La lecture du parc complète l'analyse : de l'ordre de 13 560 maisons individuelles, un bassin de travaux structuré autour de CA d'Arles-Crau-Camargue-Montagnette, 12 537 logements encore chauffés au gaz ou au fioul, soit 53 % du parc. Ce volume ne préjuge d'aucune éligibilité individuelle : il indique seulement où se concentrent, à Arles, les situations où le scénario décrit sur cette page a le plus de chances d'être pertinent.
L'arbitrage financier se joue ensuite sur le barème : pour « isolation plancher bas à Arles », un ménage très modeste mobilise jusqu'à 32 000 €, un ménage modeste 24 000 €, un ménage intermédiaire 18 000 € et un ménage aux revenus supérieurs 4 000 € sur l'assiette de 40 000 € HT. À deux classes gagnées, l'assiette redescend à 30 000 € HT et les montants suivent dans la même proportion.
Trois pièces décident du versement à Arles : le devis portant R ≥ 3 m².K/W en sous-face sur local non chauffé, l'attestation RGE de un isolateur intervenant en sous-sol et le contrôle de continuité en périphérie. Leur absence ne fait pas perdre le droit à l'aide — jusqu'à 32 000 € — mais elle en gèle le paiement.
Solde du dossier à Arles : la pièce déterminante est le contrôle de continuité en périphérie. Sans elle, aucun versement, alors même que l'aide en jeu atteint 32 000 € au taux le plus favorable sur une assiette de 40 000 € HT.
Sur la facture, ce poste vaut 161 € à 277 € par an à Arles : l'isolation du plancher bas couvre 7 à 12 % des consommations, soit 2 575 kWh au mieux sur la base conventionnelle de la zone H3.
Le marché local ne s'arrête pas à la commune : pour l'isolation du plancher bas à Arles, élargir la consultation à l'ensemble du département (Bouches-du-Rhône) augmente le nombre d'offres comparables sans dégrader la réactivité du chantier.
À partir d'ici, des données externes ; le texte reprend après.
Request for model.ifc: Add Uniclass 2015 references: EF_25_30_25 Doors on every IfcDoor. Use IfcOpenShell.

First a look at what the model holds.

```python
import ifcopenshell

model = ifcopenshell.open("model.ifc")
print(model.schema)
print("classifications:", [c.Name for c in model.by_type("IfcClassification")])
for ifc_class in ("IfcDoor", "IfcRoof", "IfcStair", "IfcWall", "IfcWindow"):
    print(ifc_class, len(model.by_type(ifc_class)))
```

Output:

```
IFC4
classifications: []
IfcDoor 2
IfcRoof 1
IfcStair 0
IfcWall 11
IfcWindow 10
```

```python
import ifcopenshell
import ifcopenshell.api.classification

model = ifcopenshell.open("model.ifc")

system = ifcopenshell.api.classification.add_classification(model, classification="Uniclass 2015")

codes = {
    "IfcDoor": ("EF_25_30_25", "Doors"),
}
for ifc_class, (code, name) in codes.items():
    products = model.by_type(ifc_class)
    ifcopenshell.api.classification.add_reference(
        model, products=products, classification=system, identification=code, name=name
    )
    print(code, len(products))

model.write("model-out.ifc")
```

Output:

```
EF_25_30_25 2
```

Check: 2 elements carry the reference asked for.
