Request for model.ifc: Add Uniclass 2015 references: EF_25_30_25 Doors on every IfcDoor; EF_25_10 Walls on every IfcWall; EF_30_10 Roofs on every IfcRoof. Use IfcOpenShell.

First a look at what the model holds.

```python
import ifcopenshell

model = ifcopenshell.open("model.ifc")
print(model.schema)
print("classifications:", [c.Name for c in model.by_type("IfcClassification")])
for ifc_class in ("IfcDoor", "IfcRoof", "IfcStair", "IfcWall", "IfcWindow"):
    print(ifc_class, len(model.by_type(ifc_class)))
```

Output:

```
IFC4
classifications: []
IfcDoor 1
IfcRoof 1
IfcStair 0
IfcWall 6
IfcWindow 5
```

```python
import ifcopenshell
import ifcopenshell.api.classification

model = ifcopenshell.open("model.ifc")

system = ifcopenshell.api.classification.add_classification(model, classification="Uniclass 2015")

codes = {
    "IfcDoor": ("EF_25_30_25", "Doors"),
    "IfcWall": ("EF_25_10", "Walls"),
    "IfcRoof": ("EF_30_10", "Roofs"),
}
for ifc_class, (code, name) in codes.items():
    products = model.by_type(ifc_class)
    ifcopenshell.api.classification.add_reference(
        model, products=products, classification=system, identification=code, name=name
    )
    print(code, len(products))

model.write("model_edited.ifc")
```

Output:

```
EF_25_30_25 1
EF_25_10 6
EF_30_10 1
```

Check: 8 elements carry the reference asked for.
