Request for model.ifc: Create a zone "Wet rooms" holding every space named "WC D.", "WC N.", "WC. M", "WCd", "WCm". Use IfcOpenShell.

First a look at what the model holds.

```python
import ifcopenshell

model = ifcopenshell.open("model.ifc")
print(model.schema)
seen = {}
for space in model.by_type("IfcSpace"):
    seen[space.LongName] = seen.get(space.LongName, 0) + 1
for name, count in sorted(seen.items(), key=str):
    print(count, "x", name)
print("zones:", [z.Name for z in model.by_type("IfcZone")][:20])
```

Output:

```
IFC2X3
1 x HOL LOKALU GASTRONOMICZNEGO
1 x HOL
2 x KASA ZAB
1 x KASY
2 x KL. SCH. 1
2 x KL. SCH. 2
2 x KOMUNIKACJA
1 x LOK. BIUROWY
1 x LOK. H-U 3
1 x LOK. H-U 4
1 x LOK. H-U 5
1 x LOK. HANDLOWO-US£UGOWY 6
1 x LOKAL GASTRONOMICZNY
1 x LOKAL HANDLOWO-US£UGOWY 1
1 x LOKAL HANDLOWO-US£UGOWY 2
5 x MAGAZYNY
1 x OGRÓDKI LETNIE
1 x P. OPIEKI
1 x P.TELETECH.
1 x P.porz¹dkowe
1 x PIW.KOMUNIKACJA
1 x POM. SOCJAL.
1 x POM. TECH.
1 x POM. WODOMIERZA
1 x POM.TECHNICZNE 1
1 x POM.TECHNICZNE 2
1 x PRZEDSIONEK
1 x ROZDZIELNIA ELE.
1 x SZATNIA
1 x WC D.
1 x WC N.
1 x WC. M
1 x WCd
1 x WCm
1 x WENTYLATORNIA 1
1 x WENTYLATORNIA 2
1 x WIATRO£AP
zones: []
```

```python
import ifcopenshell
import ifcopenshell.api.group
import ifcopenshell.api.root

model = ifcopenshell.open("model.ifc")

names = {"WC D.", "WC N.", "WC. M", "WCd", "WCm"}
spaces = [s for s in model.by_type("IfcSpace") if s.LongName in names]

zone = ifcopenshell.api.root.create_entity(model, ifc_class="IfcZone", name="Wet rooms")
ifcopenshell.api.group.assign_group(model, products=spaces, group=zone)
print(len(spaces), "spaces in", zone.Name)

model.write("model-out.ifc")
```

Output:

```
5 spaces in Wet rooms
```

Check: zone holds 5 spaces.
Ne signez rien avant l'accord : sur l'isolation du plancher bas à Arles, l'antériorité du dossier est une condition d'éligibilité, pas une formalité. L'enjeu se chiffre à 32 000 € pour un profil très modeste et 18 000 € pour un profil intermédiaire.
Maisons ou logements collectifs, la réponse technique diffère : à Arles, la part de maisons atteint 57 % du parc (13 560 logements). Pour l'isolation du plancher bas, cela signifie que la hauteur libre disponible en cave ou vide sanitaire conditionne la majorité des chantiers plutôt qu'une minorité de cas.
Mix de chauffage à Arles : 44 % d'électricité, 51 % de gaz, 2 % de fioul, 2 % de bois et 1 % de réseau de chaleur. Ce partage détermine l'intérêt réel de l'isolation du plancher bas : un logement raccordé à un réseau vertueux n'appelle pas le même bouquet qu'un logement au fioul.